I had a paper route, first distributing the Minneapolis Times in my St. Paul neighborhood, then the Minneapolis Star Journal, then the Minneapolis Tribune and the Minneapolis Star Journal and finally the St. Paul morning Pioneer Press and the afternoon Dispatch. I had to earn my own keep…..that’s the way it was, period, the beginning to pave my way.
What delivering papers did do was provide me with some money to sneak downtown after delivering afternoon papers at age eleven, twelve, and thirteen, to explore other worlds before my Mother came home from work at my dad’s drugstore……Skid row and white slums along Wabasha from downtown nearly all the way to the state Capitol, summer sewer stench and all, was the great allure. I had seen “A Tree Grows in Brooklyn”, a movie about poverty and struggle in the big city out East.
I’d always walk to and through the beautiful State Capitol building and then exit on the east side to walk through the Negro slums with the same summer stench around Mechanic Arts High School. Kids here as there along Wabasha, playing in the streets despite traffic.
Never did I feel fear. Never! Poor or no, the city was safe. Even in skid rows I’d enter a dive to buy a Coney Island for a dime….just to explore. A twelve year old kid passing drunks and whatever sitting along the long benches by the walls. I always saved a dime for that very visit….just to explore!
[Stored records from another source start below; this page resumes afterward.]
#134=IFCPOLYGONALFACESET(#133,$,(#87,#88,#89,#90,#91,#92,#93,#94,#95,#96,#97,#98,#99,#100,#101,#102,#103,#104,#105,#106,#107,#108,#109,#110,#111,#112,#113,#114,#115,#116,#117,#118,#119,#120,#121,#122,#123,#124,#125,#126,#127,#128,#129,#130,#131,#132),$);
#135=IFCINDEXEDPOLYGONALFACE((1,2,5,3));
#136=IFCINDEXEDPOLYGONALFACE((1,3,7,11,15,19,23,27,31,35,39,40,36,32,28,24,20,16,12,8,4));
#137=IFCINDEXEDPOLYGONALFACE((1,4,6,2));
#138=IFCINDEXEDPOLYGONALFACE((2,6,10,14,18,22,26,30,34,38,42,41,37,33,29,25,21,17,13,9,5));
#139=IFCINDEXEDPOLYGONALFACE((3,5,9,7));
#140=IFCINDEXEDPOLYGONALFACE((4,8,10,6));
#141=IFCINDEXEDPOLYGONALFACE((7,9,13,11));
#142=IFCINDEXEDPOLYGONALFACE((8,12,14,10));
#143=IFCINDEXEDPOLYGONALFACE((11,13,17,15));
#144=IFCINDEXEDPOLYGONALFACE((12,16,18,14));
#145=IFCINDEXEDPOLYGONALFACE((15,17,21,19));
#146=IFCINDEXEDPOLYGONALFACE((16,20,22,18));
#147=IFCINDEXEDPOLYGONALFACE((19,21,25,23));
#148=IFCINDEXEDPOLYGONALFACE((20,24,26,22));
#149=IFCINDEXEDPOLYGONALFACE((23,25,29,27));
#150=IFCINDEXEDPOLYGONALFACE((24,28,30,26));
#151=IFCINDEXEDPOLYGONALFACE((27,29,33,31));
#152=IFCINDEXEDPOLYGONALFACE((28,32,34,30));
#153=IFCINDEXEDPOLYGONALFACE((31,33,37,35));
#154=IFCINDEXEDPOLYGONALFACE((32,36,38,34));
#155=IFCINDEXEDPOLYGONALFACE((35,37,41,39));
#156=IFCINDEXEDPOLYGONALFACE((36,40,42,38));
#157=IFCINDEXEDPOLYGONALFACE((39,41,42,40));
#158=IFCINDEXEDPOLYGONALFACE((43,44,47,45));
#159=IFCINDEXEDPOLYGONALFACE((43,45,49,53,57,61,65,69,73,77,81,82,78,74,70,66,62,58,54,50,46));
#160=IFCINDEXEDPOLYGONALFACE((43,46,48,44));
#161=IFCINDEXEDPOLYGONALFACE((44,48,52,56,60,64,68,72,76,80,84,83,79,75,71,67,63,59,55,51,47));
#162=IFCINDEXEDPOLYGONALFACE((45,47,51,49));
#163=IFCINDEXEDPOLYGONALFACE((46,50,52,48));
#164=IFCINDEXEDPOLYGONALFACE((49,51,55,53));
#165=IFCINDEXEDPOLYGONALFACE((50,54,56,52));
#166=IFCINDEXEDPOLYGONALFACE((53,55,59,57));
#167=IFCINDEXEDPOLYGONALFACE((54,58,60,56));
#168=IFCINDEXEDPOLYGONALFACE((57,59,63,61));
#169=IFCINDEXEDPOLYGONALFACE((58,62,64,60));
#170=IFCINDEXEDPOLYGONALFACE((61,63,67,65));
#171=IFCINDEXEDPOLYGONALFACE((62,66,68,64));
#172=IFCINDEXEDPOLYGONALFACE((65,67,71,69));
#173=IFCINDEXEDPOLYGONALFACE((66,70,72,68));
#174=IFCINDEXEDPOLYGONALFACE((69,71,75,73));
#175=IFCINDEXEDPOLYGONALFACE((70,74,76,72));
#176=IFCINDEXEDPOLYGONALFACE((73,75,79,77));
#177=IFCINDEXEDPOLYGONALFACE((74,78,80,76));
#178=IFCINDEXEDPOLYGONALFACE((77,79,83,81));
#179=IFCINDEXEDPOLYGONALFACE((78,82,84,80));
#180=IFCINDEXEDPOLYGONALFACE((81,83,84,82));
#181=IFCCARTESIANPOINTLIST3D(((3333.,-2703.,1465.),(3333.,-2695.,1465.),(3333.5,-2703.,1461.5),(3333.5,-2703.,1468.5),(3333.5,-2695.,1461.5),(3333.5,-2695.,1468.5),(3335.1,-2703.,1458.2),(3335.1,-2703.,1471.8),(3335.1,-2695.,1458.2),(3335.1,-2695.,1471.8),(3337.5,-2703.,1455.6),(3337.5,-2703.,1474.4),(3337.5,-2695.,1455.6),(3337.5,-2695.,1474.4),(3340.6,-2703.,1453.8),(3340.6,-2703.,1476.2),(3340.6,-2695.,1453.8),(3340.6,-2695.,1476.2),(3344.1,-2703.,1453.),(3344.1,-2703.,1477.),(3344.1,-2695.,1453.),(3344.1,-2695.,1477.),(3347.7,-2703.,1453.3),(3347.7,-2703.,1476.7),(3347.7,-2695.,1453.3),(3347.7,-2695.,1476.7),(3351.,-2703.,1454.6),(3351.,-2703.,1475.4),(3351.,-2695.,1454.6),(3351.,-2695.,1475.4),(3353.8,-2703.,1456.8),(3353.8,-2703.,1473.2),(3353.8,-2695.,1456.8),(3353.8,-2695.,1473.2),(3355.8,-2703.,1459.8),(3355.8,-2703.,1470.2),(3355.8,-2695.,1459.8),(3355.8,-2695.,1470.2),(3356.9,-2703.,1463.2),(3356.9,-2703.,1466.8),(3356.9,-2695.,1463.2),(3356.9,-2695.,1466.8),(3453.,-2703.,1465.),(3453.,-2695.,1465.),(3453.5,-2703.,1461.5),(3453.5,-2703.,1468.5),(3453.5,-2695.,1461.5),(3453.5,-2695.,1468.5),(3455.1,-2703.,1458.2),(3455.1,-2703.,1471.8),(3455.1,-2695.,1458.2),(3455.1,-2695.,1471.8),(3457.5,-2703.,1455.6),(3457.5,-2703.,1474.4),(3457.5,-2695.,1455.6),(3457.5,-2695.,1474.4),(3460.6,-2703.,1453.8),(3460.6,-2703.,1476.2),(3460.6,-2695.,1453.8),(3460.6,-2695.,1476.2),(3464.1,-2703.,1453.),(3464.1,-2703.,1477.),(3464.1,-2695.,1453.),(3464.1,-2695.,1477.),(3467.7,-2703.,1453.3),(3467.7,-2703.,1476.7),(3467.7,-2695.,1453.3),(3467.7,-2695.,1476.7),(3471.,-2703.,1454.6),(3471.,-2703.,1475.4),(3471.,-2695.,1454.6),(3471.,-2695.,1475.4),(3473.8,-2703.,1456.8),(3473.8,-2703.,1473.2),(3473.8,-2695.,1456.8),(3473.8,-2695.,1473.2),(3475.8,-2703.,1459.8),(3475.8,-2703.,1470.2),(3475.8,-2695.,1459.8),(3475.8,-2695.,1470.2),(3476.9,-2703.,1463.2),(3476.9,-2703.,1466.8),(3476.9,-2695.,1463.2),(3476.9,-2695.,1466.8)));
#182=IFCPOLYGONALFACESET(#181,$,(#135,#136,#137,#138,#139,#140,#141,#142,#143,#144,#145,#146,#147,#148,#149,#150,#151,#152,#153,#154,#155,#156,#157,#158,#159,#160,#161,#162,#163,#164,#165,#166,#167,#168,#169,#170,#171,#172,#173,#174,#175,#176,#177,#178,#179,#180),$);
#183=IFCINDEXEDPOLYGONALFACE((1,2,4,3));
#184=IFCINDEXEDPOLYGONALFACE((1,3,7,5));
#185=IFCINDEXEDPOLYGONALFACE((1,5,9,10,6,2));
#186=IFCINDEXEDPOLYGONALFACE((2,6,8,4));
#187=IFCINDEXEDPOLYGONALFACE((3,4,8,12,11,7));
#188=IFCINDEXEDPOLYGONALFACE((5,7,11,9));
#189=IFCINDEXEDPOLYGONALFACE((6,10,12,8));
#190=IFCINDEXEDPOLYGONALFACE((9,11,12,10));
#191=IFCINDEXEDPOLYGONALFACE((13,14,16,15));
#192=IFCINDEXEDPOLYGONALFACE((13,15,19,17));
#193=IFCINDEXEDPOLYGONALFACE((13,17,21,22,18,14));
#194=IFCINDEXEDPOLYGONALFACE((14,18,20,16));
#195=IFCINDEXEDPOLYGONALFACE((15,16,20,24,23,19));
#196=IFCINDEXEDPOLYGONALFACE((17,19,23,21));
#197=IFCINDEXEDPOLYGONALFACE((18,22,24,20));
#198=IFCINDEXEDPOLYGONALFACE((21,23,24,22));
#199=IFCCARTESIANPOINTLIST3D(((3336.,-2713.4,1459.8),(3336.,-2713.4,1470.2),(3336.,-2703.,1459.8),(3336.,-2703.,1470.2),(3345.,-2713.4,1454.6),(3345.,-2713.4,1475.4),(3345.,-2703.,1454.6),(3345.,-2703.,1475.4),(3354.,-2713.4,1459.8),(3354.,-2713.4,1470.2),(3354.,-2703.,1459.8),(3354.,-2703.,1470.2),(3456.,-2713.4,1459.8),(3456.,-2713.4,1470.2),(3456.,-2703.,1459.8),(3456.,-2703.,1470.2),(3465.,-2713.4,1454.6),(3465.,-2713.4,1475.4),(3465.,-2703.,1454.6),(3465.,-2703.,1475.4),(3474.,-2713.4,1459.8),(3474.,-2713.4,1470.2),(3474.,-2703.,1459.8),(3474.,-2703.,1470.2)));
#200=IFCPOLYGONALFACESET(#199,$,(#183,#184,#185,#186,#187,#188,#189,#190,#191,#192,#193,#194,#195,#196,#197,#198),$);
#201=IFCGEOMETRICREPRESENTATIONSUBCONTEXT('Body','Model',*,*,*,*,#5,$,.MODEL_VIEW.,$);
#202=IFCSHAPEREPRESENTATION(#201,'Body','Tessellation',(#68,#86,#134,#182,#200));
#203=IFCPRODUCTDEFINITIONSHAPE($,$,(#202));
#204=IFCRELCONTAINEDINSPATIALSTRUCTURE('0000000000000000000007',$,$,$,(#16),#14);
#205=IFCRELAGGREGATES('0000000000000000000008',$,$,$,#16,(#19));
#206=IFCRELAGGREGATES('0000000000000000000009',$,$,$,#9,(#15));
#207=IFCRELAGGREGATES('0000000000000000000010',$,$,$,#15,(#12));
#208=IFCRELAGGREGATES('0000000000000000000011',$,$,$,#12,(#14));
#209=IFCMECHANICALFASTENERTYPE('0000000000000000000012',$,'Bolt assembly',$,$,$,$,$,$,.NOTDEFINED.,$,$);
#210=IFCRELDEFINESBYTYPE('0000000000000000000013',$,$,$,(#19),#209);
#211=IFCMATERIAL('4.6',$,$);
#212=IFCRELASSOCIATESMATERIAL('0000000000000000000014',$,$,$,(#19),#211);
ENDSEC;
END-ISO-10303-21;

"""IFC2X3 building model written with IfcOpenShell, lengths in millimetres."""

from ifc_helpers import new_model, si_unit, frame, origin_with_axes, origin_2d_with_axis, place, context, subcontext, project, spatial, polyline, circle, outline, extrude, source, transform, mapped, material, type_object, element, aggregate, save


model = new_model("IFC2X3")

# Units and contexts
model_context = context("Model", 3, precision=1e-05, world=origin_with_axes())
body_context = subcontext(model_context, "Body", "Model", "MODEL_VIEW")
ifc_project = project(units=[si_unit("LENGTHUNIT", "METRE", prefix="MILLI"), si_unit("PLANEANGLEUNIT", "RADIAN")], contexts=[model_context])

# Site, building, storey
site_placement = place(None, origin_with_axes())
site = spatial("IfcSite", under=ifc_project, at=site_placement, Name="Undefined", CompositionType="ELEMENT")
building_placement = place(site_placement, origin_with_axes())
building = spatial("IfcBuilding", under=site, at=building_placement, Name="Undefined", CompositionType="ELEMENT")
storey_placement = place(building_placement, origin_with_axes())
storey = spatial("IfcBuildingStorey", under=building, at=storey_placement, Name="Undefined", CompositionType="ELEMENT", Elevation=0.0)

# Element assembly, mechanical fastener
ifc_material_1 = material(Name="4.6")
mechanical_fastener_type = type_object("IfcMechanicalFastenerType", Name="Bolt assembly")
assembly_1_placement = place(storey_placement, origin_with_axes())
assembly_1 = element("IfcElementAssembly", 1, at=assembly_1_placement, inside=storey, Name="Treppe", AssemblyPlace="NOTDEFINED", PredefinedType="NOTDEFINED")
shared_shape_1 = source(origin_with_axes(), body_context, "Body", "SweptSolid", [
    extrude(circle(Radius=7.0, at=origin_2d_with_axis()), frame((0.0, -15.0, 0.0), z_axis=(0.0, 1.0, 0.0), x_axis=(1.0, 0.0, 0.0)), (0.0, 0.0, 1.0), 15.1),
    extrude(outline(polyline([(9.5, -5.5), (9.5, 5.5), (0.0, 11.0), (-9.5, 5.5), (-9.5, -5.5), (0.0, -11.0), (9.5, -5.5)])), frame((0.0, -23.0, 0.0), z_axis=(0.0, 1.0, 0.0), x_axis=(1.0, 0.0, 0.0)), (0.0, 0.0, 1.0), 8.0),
Each entire tour would cost me a dime plus a number of transfer slips which I maneuvered to get me home, all on the same dime. I especially loved the streetcars with the open air smoking areas at the rear of the cars. I liked the thrill and noise of being outside while the ancient streetcar screeched along the rails starting and stopping, going through the dark of Selby tunnel almost underneath the St. Paul Cathedral, and the best of all, when Mother worked all day Saturdays or during morning delivery before she woke up, upon finishing my paper deliveries I’d walk a couple blocks to the Mississippi River to climb the river side rock, watch the eagles and other birds, look for racoons, and jump, just jump from boulder to boulder over the rushing water below, or sit and watch…..being there inside such beauty, Nature’s setting, its sounds, colors, textures, shapes and sizes, lights and shadows which introduced me to love the beauty of scenery, a love that never left me to this very day.
Boys not girls, then as now, are born curious, are born to explore and discover to build, invent, expand, and defend. Boys are NOT born girls…..Girls are! Therein lies one of today’s major rubs. Feminist American universities and left wing political products are claiming humans all are the same ball of wax in today’s Marxist atheism’s, crime-filled world. Where are boys permitted to imagine, experiment, build, and explore on their own or anywhere today? Where is it taught? Where is it played? Where is it safe?
Guns don’t shoot to kill people. Human males shoot to kill people in modern American unJudeoChristian feminized and Marxified human life which now dictates the difference between good and evil is only a matter of opinion. Even the drunks in the slums of the cities knew the difference in the 1940s and 1950s…..but not today at your corner American university from coast to coast.